MATERIALS PROVIDED>

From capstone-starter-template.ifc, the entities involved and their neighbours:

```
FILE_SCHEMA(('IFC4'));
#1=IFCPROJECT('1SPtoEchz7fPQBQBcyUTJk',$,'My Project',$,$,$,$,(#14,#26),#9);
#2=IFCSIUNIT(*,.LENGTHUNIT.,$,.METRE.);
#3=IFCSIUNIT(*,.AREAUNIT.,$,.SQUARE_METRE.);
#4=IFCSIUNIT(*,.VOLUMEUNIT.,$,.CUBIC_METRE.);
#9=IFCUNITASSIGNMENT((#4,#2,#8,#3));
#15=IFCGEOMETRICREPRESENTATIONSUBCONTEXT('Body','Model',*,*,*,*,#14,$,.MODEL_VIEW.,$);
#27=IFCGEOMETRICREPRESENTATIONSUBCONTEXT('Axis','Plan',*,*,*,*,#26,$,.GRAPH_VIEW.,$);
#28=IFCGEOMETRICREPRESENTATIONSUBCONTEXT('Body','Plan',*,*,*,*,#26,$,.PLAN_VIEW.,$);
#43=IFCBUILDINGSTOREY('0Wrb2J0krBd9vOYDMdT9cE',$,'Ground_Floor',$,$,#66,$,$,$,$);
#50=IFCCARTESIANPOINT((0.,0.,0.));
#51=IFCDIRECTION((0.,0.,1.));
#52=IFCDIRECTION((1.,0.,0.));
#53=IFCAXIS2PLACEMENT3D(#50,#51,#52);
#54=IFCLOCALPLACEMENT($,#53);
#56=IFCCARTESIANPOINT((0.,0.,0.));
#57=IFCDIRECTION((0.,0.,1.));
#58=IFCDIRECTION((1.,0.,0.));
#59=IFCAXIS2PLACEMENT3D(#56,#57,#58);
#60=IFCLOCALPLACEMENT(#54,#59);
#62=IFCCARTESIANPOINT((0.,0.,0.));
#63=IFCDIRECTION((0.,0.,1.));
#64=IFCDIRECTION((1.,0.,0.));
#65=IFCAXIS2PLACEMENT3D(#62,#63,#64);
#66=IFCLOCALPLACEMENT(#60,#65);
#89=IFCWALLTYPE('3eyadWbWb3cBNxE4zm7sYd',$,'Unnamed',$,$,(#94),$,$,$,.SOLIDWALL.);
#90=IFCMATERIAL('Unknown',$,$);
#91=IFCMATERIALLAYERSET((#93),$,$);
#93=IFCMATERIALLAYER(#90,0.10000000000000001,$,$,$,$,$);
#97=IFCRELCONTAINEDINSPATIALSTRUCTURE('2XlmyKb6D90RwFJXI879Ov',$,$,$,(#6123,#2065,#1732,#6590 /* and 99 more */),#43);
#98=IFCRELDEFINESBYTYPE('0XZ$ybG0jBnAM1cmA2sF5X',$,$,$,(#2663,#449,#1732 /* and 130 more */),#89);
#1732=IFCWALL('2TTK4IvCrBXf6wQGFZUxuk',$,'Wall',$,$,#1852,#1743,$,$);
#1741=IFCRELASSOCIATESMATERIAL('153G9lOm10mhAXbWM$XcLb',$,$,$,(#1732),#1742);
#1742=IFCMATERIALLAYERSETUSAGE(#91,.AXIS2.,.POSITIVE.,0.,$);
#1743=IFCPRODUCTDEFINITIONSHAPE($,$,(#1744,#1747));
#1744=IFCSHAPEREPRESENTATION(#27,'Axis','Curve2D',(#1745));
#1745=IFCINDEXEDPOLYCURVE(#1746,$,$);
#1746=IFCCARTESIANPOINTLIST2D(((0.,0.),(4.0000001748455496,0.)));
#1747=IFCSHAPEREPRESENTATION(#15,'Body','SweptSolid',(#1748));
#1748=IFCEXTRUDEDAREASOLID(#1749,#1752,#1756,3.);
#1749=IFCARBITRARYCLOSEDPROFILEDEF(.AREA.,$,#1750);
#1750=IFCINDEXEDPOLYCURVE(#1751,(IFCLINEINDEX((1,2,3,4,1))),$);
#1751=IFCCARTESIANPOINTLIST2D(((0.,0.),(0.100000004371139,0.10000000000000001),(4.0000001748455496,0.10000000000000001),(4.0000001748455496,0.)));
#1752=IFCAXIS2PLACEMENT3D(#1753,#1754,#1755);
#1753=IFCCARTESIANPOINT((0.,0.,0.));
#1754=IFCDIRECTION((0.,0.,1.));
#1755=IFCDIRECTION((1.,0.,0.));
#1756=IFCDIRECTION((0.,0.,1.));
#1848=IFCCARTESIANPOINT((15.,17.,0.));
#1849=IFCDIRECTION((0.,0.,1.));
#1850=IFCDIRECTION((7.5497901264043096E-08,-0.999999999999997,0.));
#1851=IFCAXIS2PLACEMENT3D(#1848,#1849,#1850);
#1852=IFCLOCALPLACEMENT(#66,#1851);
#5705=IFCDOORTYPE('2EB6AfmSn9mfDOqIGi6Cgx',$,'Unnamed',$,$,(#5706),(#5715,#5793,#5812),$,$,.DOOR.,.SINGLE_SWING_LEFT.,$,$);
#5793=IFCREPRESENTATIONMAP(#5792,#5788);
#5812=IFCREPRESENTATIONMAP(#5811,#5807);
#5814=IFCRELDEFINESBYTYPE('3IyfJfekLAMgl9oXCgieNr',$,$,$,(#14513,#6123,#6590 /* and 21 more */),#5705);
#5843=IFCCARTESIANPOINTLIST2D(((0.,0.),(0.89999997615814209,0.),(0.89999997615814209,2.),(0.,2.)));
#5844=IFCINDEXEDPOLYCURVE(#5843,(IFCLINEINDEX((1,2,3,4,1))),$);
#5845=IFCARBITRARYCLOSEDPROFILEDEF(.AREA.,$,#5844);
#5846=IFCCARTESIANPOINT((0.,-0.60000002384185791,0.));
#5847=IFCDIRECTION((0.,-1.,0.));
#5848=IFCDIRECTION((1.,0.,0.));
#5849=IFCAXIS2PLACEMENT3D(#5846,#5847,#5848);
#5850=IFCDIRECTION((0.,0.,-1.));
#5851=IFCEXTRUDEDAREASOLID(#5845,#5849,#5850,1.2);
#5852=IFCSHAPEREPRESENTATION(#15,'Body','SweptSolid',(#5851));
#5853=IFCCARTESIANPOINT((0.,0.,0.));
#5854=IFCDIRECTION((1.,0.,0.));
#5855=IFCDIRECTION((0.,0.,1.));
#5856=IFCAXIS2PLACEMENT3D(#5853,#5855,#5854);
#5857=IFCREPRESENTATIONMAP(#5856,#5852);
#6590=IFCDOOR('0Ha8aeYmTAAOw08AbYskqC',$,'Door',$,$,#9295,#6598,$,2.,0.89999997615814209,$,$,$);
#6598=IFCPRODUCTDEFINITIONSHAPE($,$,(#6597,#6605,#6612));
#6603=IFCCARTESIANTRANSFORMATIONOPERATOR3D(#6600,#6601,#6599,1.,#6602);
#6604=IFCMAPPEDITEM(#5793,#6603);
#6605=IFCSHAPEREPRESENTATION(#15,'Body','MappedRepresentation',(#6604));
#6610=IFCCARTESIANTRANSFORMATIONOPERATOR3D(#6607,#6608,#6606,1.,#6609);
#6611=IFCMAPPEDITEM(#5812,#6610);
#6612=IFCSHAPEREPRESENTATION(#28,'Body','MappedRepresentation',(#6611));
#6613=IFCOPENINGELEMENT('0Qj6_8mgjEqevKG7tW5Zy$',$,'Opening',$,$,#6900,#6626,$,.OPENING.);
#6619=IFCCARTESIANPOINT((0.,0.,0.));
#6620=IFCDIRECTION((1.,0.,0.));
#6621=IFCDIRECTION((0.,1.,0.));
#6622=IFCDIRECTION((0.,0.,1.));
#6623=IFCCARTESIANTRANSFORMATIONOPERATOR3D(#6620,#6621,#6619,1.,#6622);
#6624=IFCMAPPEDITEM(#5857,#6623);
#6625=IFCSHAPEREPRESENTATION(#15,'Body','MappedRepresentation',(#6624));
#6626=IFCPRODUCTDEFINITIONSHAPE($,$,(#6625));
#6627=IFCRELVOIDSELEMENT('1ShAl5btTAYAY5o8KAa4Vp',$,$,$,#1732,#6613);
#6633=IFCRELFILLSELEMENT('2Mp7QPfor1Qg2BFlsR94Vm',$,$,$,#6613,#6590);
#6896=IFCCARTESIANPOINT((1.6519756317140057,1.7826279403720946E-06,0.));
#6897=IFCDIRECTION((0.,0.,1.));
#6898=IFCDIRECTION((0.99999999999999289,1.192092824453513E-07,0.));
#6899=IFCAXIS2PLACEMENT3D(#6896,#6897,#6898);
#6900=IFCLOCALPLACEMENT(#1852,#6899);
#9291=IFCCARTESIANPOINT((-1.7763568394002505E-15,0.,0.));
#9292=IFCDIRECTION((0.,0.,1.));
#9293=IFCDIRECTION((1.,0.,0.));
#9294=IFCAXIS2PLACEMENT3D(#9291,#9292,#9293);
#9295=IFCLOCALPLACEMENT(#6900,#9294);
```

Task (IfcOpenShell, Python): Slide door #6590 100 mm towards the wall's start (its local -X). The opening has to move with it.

```python
import ifcopenshell
import ifcopenshell.api.geometry
import ifcopenshell.util.placement

model = ifcopenshell.open("capstone-starter-template.ifc")

door = model.by_guid("0Ha8aeYmTAAOw08AbYskqC")
opening = door.FillsVoids[0].RelatingOpeningElement
wall = opening.VoidsElements[0].RelatingBuildingElement

wall_matrix = ifcopenshell.util.placement.get_local_placement(wall.ObjectPlacement)
shift = wall_matrix[:3, 0] * -0.1
before = ifcopenshell.util.placement.get_local_placement(door.ObjectPlacement)[:3, 3].copy()

# The door is placed relative to its opening, so it follows when the opening moves.
matrix = ifcopenshell.util.placement.get_local_placement(opening.ObjectPlacement)
matrix[:3, 3] += shift
ifcopenshell.api.geometry.edit_object_placement(
    model, product=opening, matrix=matrix, is_si=False, should_transform_children=True
)

after = ifcopenshell.util.placement.get_local_placement(door.ObjectPlacement)[:3, 3]
print("door moved by", (after - before).round(3) + 0.0)

model.write("capstone-starter-template_updated.ifc")
```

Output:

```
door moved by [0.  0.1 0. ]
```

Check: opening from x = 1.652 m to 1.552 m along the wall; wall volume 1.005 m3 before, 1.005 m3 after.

WORK TO COMPLETE>
Go through the material above, and wherever a line holds the word "IFCREPRESENTATIONMAP", copy it.

ANSWER TO THIS PROBLEM>
#5793=IFCREPRESENTATIONMAP(#5792,#5788);
#5812=IFCREPRESENTATIONMAP(#5811,#5807);
#5857=IFCREPRESENTATIONMAP(#5856,#5852);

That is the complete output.